Geschäftsleitung bestätigt Freiwilligenprogramm, läßt aber die Zahlen offen

Beim Leiterplattenhersteller Schweizer Electronic in Sulgen wird der Personalabbau konkret. 70 bis 100 Stellen sollen wegfallen. Dazu hat das Unternehmen ein Programm aufgelegt, um Mitarbeitende zu bewegen, selbst das Unternehmen über einen Aufhebungsvertrag zu verlassen. Zwei besonders prominente Beschäftigte haben die Chance genutzt und sind gegangen: die beiden freigestellten Betriebsräte. Hier zunächst unser Bericht und dann die Antworten der Schweizer-Presseabteilung zu entsprechenden Fragen:

Schramberg. Wie die NRWZ aus der Belegschaft erfahren hat, möchte die Geschäftsleitung über ein freiwilliges Ausstiegsprogramm Mitarbeitende zur Kündigung bewegen. Insgesamt sollen 70 bis 100 Arbeitsplätze wegfallen. Wie berichtet leidet das Sulgener Werk stark unter zu wenig Auslastung. Fast 40 Prozent weniger Umsatz als im Vorjahr stammte aus dem Werk.
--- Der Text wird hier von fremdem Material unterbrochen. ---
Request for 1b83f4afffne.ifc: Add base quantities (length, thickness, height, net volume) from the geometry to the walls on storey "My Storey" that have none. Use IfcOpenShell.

First a look at what the model holds.

```python
import ifcopenshell
import ifcopenshell.util.element
import ifcopenshell.util.unit

model = ifcopenshell.open("1b83f4afffne.ifc")
print(model.schema)
for unit_type in ("LENGTHUNIT", "AREAUNIT", "VOLUMEUNIT"):
    print(unit_type, ifcopenshell.util.unit.calculate_unit_scale(model, unit_type))
storey = next(s for s in model.by_type("IfcBuildingStorey") if s.Name == "My Storey")
walls = [e for e in ifcopenshell.util.element.get_decomposition(storey) if e.is_a("IfcWall")]
for e in sorted(walls, key=lambda e: e.id()):
    print(e.id(), e.is_a(), e.Name, list(ifcopenshell.util.element.get_psets(e, qtos_only=True)), sep=" | ")
```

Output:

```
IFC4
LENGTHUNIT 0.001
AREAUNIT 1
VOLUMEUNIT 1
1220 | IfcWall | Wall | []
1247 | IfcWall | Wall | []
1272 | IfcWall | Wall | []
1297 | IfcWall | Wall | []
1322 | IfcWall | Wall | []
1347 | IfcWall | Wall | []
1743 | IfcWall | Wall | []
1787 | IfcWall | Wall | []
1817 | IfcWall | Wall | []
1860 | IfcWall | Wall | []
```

```python
import ifcopenshell
import ifcopenshell.api.pset
import ifcopenshell.geom
import ifcopenshell.util.element
import ifcopenshell.util.shape
import ifcopenshell.util.unit

model = ifcopenshell.open("1b83f4afffne.ifc")
unit_scale = ifcopenshell.util.unit.calculate_unit_scale(model)
volume_scale = ifcopenshell.util.unit.calculate_unit_scale(model, "VOLUMEUNIT")
settings = ifcopenshell.geom.settings()

storey = next(s for s in model.by_type("IfcBuildingStorey") if s.Name == "My Storey")
walls = [e for e in ifcopenshell.util.element.get_decomposition(storey) if e.is_a("IfcWall")]

for e in sorted(walls, key=lambda e: e.id()):
    if ifcopenshell.util.element.get_psets(e, qtos_only=True, should_inherit=False):
        continue
    # Geometry comes back in metres, in the element's own axes.
    shape = ifcopenshell.geom.create_shape(settings, e)
    values = {
        "Length": ifcopenshell.util.shape.get_x(shape.geometry) / unit_scale,
        "Width": ifcopenshell.util.shape.get_y(shape.geometry) / unit_scale,
        "Height": ifcopenshell.util.shape.get_z(shape.geometry) / unit_scale,
        "NetVolume": ifcopenshell.util.shape.get_volume(shape.geometry) / volume_scale,
    }
    qto = ifcopenshell.api.pset.add_qto(model, product=e, name="Qto_WallBaseQuantities")
    ifcopenshell.api.pset.edit_qto(model, qto=qto, properties=values)
    print(e.id(), {k: round(v, 3) for k, v in values.items()})

model.write("1b83f4afffne_updated.ifc")
```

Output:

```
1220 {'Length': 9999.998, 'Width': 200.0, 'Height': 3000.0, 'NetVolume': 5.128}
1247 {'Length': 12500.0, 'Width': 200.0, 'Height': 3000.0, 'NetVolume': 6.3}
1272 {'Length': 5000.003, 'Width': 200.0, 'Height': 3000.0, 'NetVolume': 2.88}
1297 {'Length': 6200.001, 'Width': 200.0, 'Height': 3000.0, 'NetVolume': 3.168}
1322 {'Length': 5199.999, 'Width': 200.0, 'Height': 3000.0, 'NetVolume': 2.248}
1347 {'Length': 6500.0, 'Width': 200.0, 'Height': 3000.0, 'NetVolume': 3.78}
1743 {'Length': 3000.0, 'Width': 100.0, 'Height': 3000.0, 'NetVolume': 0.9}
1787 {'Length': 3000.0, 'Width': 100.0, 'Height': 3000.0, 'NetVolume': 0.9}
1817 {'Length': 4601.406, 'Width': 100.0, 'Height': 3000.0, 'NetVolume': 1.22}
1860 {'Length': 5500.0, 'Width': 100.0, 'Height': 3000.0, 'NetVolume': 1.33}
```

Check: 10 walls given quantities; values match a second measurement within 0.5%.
Pro Jahr Betriebszugehörigkeit biete das Unternehmen, denjenigen, die freiwillig gehen, 0,25 eines Monatslohns als Abfindung.

Vorsicht bei Kündigung in Kurzarbeit

Selbst Kündigungen aussprechen gehe nur schwer, weil bis Jahresende Kurzarbeit bei Schweizer vereinbart wurde. In solchen Fällen müsste der Arbeitgeber einen personen-, verhaltens- oder betriebsbedingten Kündigungsgrund anführen.

Arbeitnehmer müssen besonders aufpassen, denn ihnen droht eine Sperrzeit von bis zu 12 Wochen beim Arbeitslosengeld, wenn sie von sich aus kündigen.

Aus der Belegschaft war zusätzlich zu erfahren, dass die Geschäftsleitung außerdem all diejenigen, die in diesem oder nächsten Jahr in Rente gehen, zum vorzeitigen Ausstieg motivieren möchte. Sie sollen eine Prämie bekommen, die die Verluste bei der Rente ausgleichen soll.

Eigenkapital schmilzt

Im Betrieb ist davon die Rede, dass die Eigenkapitalquote bei Schweizer pro Monat um eine Million Euro schrumpfe.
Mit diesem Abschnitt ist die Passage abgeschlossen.